One thing to note: This assumes that every single character that you encode for can be a different font size, style, type, etc. If font size, style, upper/lowercase, etc. are "state variables" (current font size, style, shape, etc.), you could condense this somewhat. One bit can encode to say either formatting or data.

Then, you have about 12 bits for style, and 5 bits for characters. The great thing about that is that it fits inside a 2 byte struct!

bit 0: format or character

if format mode:
bit 1: caps or lowercase
bits 2-3: bold, italics, underline, regular
bits 4-7: font style
bits 8-12: font size
bits 13-15: unused. might as well allow more font sizes

if charcter mode:
bits 0-7: extended characters (yen symbol, etc.)
bits 8-15: one regular byte, so just take the unsigned character and put it here

Super efficient, with more options than called for. However, it might be possible to make it even more efficient. Notice how we got it under two bytes by allowing formating and character modes. Now, consider 4 modes, instead of two. that takes up 2 bits. Is it possible to squeeze this into one byte?
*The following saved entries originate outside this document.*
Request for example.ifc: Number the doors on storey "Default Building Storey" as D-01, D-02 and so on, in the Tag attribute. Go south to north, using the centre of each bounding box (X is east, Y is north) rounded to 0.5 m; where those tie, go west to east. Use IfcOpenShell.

First a look at what the model holds.

```python
import ifcopenshell
import ifcopenshell.util.element
import ifcopenshell.util.placement

model = ifcopenshell.open("example.ifc")
print(model.schema)
storey = next(s for s in model.by_type("IfcBuildingStorey") if s.Name == "Default Building Storey")
doors = [e for e in ifcopenshell.util.element.get_decomposition(storey) if e.is_a("IfcDoor")]
for e in sorted(doors, key=lambda e: e.id()):
    origin = ifcopenshell.util.placement.get_local_placement(e.ObjectPlacement)[:3, 3]
    print(e.id(), e.Tag, e.Name, origin.round(2) + 0.0, sep=" | ")
```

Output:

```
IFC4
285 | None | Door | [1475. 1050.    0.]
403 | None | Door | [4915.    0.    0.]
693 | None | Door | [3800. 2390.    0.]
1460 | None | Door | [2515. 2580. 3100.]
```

```python
import ifcopenshell
import ifcopenshell.geom
import ifcopenshell.util.element
import ifcopenshell.util.shape

model = ifcopenshell.open("example.ifc")
settings = ifcopenshell.geom.settings()
settings.set("use-world-coords", True)


def centre(element):
    shape = ifcopenshell.geom.create_shape(settings, element)
    return ifcopenshell.util.shape.get_bbox_centroid(shape.geometry)


storey = next(s for s in model.by_type("IfcBuildingStorey") if s.Name == "Default Building Storey")
doors = [e for e in ifcopenshell.util.element.get_decomposition(storey) if e.is_a("IfcDoor")]

# Insertion points can sit at a corner or the storey origin, so sort by the geometry (in metres).
centres = {e: centre(e) for e in doors}
doors.sort(key=lambda e: (round(centres[e][1] / 0.5), centres[e][0]))

for i, e in enumerate(doors, start=1):
    number = f"D-{i:02d}"
    e.Tag = number
    print(e.id(), number)

model.write("example_updated.ifc")
```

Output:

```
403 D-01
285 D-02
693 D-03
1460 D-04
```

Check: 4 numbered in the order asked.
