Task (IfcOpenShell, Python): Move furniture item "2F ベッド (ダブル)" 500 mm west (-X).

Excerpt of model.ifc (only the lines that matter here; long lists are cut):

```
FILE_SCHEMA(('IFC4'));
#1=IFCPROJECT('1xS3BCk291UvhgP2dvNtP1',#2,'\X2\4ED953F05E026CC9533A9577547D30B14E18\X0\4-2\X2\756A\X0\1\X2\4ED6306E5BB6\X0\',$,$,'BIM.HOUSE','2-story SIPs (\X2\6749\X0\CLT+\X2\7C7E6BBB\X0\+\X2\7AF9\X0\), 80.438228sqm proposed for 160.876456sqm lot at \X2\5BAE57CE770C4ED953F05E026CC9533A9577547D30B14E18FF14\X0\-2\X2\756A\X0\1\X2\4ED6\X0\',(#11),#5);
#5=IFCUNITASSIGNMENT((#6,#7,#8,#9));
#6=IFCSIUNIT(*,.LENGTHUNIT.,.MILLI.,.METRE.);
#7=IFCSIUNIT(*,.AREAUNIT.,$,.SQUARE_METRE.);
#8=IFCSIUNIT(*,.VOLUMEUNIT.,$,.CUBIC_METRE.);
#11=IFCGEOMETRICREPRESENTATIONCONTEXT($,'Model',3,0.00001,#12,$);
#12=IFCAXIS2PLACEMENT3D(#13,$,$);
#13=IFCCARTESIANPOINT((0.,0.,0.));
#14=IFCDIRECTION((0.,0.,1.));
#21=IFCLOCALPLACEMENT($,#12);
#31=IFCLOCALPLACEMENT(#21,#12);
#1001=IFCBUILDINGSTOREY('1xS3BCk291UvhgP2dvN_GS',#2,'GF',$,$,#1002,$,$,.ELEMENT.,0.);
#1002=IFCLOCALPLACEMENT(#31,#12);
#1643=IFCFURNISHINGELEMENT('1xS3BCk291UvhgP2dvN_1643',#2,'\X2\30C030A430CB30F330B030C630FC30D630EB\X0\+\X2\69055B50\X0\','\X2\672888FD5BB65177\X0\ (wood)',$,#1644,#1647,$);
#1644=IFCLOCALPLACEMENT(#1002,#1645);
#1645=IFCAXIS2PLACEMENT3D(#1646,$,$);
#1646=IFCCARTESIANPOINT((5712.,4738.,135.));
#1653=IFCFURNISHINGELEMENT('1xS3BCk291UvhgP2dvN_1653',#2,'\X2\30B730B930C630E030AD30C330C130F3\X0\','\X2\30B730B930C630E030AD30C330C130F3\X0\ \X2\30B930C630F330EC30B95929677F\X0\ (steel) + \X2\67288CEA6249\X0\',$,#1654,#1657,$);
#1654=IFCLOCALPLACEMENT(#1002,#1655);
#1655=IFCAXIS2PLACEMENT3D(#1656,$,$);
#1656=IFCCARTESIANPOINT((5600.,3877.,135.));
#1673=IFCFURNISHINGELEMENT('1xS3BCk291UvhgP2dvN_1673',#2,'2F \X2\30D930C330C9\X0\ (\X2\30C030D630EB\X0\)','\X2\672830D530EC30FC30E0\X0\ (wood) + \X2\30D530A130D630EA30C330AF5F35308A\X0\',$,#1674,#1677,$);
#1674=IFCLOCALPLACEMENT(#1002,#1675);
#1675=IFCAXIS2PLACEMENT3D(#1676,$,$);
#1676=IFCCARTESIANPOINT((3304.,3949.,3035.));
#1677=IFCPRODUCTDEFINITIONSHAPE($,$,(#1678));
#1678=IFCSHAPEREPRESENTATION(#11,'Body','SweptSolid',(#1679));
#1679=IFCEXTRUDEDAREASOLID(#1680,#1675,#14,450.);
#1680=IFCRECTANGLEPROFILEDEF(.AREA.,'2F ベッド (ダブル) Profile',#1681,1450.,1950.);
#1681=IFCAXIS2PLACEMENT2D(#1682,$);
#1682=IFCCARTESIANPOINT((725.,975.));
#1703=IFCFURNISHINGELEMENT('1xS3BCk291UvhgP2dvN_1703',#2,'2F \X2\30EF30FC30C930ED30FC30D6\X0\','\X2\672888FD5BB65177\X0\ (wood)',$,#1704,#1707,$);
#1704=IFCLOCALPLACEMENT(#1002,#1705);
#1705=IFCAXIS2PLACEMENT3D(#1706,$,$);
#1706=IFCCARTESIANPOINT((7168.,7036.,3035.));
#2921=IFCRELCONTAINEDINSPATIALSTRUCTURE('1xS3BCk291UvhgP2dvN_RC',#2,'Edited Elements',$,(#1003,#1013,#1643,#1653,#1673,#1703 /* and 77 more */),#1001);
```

```python
import ifcopenshell
import ifcopenshell.api.geometry
import ifcopenshell.util.placement

model = ifcopenshell.open("model.ifc")

item = model.by_guid("1xS3BCk291UvhgP2dvN_1673")
matrix = ifcopenshell.util.placement.get_local_placement(item.ObjectPlacement)
matrix[0, 3] -= 500.0
ifcopenshell.api.geometry.edit_object_placement(model, product=item, matrix=matrix, is_si=False)

print(ifcopenshell.util.placement.get_local_placement(item.ObjectPlacement).round(3) + 0.0)

model.write("model_v2.ifc")
```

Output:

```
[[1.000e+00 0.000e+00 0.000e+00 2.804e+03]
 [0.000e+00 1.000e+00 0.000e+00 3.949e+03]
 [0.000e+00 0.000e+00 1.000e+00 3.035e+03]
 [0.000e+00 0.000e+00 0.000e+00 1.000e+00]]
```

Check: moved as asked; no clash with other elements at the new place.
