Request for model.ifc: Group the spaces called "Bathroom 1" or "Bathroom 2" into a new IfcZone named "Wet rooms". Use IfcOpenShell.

First a look at what the model holds.

```python
import ifcopenshell

model = ifcopenshell.open("model.ifc")
print(model.schema)
seen = {}
for space in model.by_type("IfcSpace"):
    seen[space.LongName] = seen.get(space.LongName, 0) + 1
for name, count in sorted(seen.items(), key=str):
    print(count, "x", name)
print("zones:", [z.Name for z in model.by_type("IfcZone")][:20])
```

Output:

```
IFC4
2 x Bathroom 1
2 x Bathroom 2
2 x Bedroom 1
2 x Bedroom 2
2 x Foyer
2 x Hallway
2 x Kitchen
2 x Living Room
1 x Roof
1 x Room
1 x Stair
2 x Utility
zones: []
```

```python
import ifcopenshell
import ifcopenshell.api.group
import ifcopenshell.api.root

model = ifcopenshell.open("model.ifc")

names = {"Bathroom 1", "Bathroom 2"}
spaces = [s for s in model.by_type("IfcSpace") if s.LongName in names]

zone = ifcopenshell.api.root.create_entity(model, ifc_class="IfcZone", name="Wet rooms")
ifcopenshell.api.group.assign_group(model, products=spaces, group=zone)
print(len(spaces), "spaces in", zone.Name)

model.write("model-out.ifc")
```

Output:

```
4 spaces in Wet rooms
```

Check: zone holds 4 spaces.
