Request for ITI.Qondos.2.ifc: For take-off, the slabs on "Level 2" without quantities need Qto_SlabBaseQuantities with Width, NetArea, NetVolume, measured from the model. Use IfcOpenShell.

First a look at what the model holds.

```python
import ifcopenshell
import ifcopenshell.util.element
import ifcopenshell.util.unit

model = ifcopenshell.open("ITI.Qondos.2.ifc")
print(model.schema)
for unit_type in ("LENGTHUNIT", "AREAUNIT", "VOLUMEUNIT"):
    print(unit_type, ifcopenshell.util.unit.calculate_unit_scale(model, unit_type))
storey = next(s for s in model.by_type("IfcBuildingStorey") if s.Name == "Level 2")
slabs = [e for e in ifcopenshell.util.element.get_decomposition(storey) if e.is_a("IfcSlab")]
for e in sorted(slabs, key=lambda e: e.id()):
    print(e.id(), e.is_a(), e.Name, list(ifcopenshell.util.element.get_psets(e, qtos_only=True)), sep=" | ")
```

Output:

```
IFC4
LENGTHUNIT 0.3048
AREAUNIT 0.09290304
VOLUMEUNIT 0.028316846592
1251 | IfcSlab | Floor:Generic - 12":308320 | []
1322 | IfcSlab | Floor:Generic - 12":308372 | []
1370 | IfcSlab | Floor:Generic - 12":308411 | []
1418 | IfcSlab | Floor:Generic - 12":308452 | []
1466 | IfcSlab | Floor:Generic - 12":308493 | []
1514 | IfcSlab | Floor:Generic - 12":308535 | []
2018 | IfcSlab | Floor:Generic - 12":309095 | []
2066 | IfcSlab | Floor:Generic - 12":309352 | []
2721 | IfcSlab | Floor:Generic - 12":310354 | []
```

```python
import ifcopenshell
import ifcopenshell.api.pset
import ifcopenshell.geom
import ifcopenshell.util.element
import ifcopenshell.util.shape
import ifcopenshell.util.unit

model = ifcopenshell.open("ITI.Qondos.2.ifc")
unit_scale = ifcopenshell.util.unit.calculate_unit_scale(model)
area_scale = ifcopenshell.util.unit.calculate_unit_scale(model, "AREAUNIT")
volume_scale = ifcopenshell.util.unit.calculate_unit_scale(model, "VOLUMEUNIT")
settings = ifcopenshell.geom.settings()

storey = next(s for s in model.by_type("IfcBuildingStorey") if s.Name == "Level 2")
slabs = [e for e in ifcopenshell.util.element.get_decomposition(storey) if e.is_a("IfcSlab")]

for e in sorted(slabs, key=lambda e: e.id()):
    if ifcopenshell.util.element.get_psets(e, qtos_only=True, should_inherit=False):
        continue
    # Geometry comes back in metres, in the element's own axes.
    shape = ifcopenshell.geom.create_shape(settings, e)
    values = {
        "Width": ifcopenshell.util.shape.get_z(shape.geometry) / unit_scale,
        "NetArea": ifcopenshell.util.shape.get_footprint_area(shape.geometry) / area_scale,
        "NetVolume": ifcopenshell.util.shape.get_volume(shape.geometry) / volume_scale,
    }
    qto = ifcopenshell.api.pset.add_qto(model, product=e, name="Qto_SlabBaseQuantities")
    ifcopenshell.api.pset.edit_qto(model, qto=qto, properties=values)
    print(e.id(), {k: round(v, 3) for k, v in values.items()})

model.write("ITI.Qondos.2_v2.ifc")
```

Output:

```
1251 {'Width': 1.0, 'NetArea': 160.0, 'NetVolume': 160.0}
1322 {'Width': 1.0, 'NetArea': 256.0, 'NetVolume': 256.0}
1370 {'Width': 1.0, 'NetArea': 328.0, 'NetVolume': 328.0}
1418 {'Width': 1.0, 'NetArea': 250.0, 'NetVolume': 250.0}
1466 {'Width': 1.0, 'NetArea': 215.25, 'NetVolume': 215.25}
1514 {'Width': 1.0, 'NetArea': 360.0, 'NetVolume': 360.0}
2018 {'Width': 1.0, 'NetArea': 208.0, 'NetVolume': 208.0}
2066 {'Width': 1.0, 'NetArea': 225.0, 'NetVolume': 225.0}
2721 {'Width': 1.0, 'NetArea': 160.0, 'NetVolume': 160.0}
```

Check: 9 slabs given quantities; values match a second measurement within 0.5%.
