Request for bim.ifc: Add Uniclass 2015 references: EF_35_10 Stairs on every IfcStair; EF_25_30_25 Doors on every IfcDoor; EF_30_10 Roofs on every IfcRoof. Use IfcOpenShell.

First a look at what the model holds.

```python
import ifcopenshell

model = ifcopenshell.open("bim.ifc")
print(model.schema)
print("classifications:", [c.Name for c in model.by_type("IfcClassification")])
for ifc_class in ("IfcDoor", "IfcRoof", "IfcStair", "IfcWall", "IfcWindow"):
    print(ifc_class, len(model.by_type(ifc_class)))
```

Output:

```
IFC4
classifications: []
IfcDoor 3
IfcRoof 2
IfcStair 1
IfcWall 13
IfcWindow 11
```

```python
import ifcopenshell
import ifcopenshell.api.classification

model = ifcopenshell.open("bim.ifc")

system = ifcopenshell.api.classification.add_classification(model, classification="Uniclass 2015")

codes = {
    "IfcStair": ("EF_35_10", "Stairs"),
    "IfcDoor": ("EF_25_30_25", "Doors"),
    "IfcRoof": ("EF_30_10", "Roofs"),
}
for ifc_class, (code, name) in codes.items():
    products = model.by_type(ifc_class)
    ifcopenshell.api.classification.add_reference(
        model, products=products, classification=system, identification=code, name=name
    )
    print(code, len(products))

model.write("bim_edited.ifc")
```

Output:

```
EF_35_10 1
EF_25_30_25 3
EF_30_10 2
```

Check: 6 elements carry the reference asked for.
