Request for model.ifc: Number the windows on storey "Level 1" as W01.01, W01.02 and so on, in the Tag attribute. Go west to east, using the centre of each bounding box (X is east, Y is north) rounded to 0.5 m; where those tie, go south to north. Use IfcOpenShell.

First a look at what the model holds.

```python
import ifcopenshell
import ifcopenshell.util.element
import ifcopenshell.util.placement

model = ifcopenshell.open("model.ifc")
print(model.schema)
storey = next(s for s in model.by_type("IfcBuildingStorey") if s.Name == "Level 1")
windows = [e for e in ifcopenshell.util.element.get_decomposition(storey) if e.is_a("IfcWindow")]
for e in sorted(windows, key=lambda e: e.id()):
    origin = ifcopenshell.util.placement.get_local_placement(e.ObjectPlacement)[:3, 3]
    print(e.id(), e.Tag, e.Name, origin.round(2) + 0.0, sep=" | ")
```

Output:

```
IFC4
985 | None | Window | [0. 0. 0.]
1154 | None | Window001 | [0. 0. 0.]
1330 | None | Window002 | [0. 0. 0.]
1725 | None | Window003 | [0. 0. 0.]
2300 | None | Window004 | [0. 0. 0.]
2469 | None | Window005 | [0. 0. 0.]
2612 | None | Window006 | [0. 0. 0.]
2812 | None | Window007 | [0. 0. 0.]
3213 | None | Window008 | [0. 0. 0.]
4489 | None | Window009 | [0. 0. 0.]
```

```python
import ifcopenshell
import ifcopenshell.geom
import ifcopenshell.util.element
import ifcopenshell.util.shape

model = ifcopenshell.open("model.ifc")
settings = ifcopenshell.geom.settings()
settings.set("use-world-coords", True)


def centre(element):
    shape = ifcopenshell.geom.create_shape(settings, element)
    return ifcopenshell.util.shape.get_bbox_centroid(shape.geometry)


storey = next(s for s in model.by_type("IfcBuildingStorey") if s.Name == "Level 1")
windows = [e for e in ifcopenshell.util.element.get_decomposition(storey) if e.is_a("IfcWindow")]

# Insertion points can sit at a corner or the storey origin, so sort by the geometry (in metres).
centres = {e: centre(e) for e in windows}
windows.sort(key=lambda e: (round(centres[e][0] / 0.5), centres[e][1]))

for i, e in enumerate(windows, start=1):
    number = f"W01.{i:02d}"
    e.Tag = number
    print(e.id(), number)

model.write("model_updated.ifc")
```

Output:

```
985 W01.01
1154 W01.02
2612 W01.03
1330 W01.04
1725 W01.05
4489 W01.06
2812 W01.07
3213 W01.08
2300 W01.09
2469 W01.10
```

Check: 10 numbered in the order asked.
Notice that there are three types of fields that are relatively large: font size, font style, and what letter to encode. The largest of these is 5 bits. That's 3 categories.

Hmm ...

category 0: font style
category 1: font size
category 2: b/i/u/r and upper/lower
category 3: character encoding

bits 0-1: choose a category
bits 2-7: you get 6 bits to encode the stuff, and only need at most 5.

Yep. This fits the whole thing in 1 byte. So, imagine this:

byte 1: category 0 - set the current font style
byte 2: category 1 - set the current font size
byte 3: category 2 - set the current b/i/u/r and upper/lower
byte 4: category 3 - encode the first letter, probably capitalized.
byte 5: category 2 - set current b/i/u/r and upper/lower
byte 6+: category 3 - encode the remaining letters.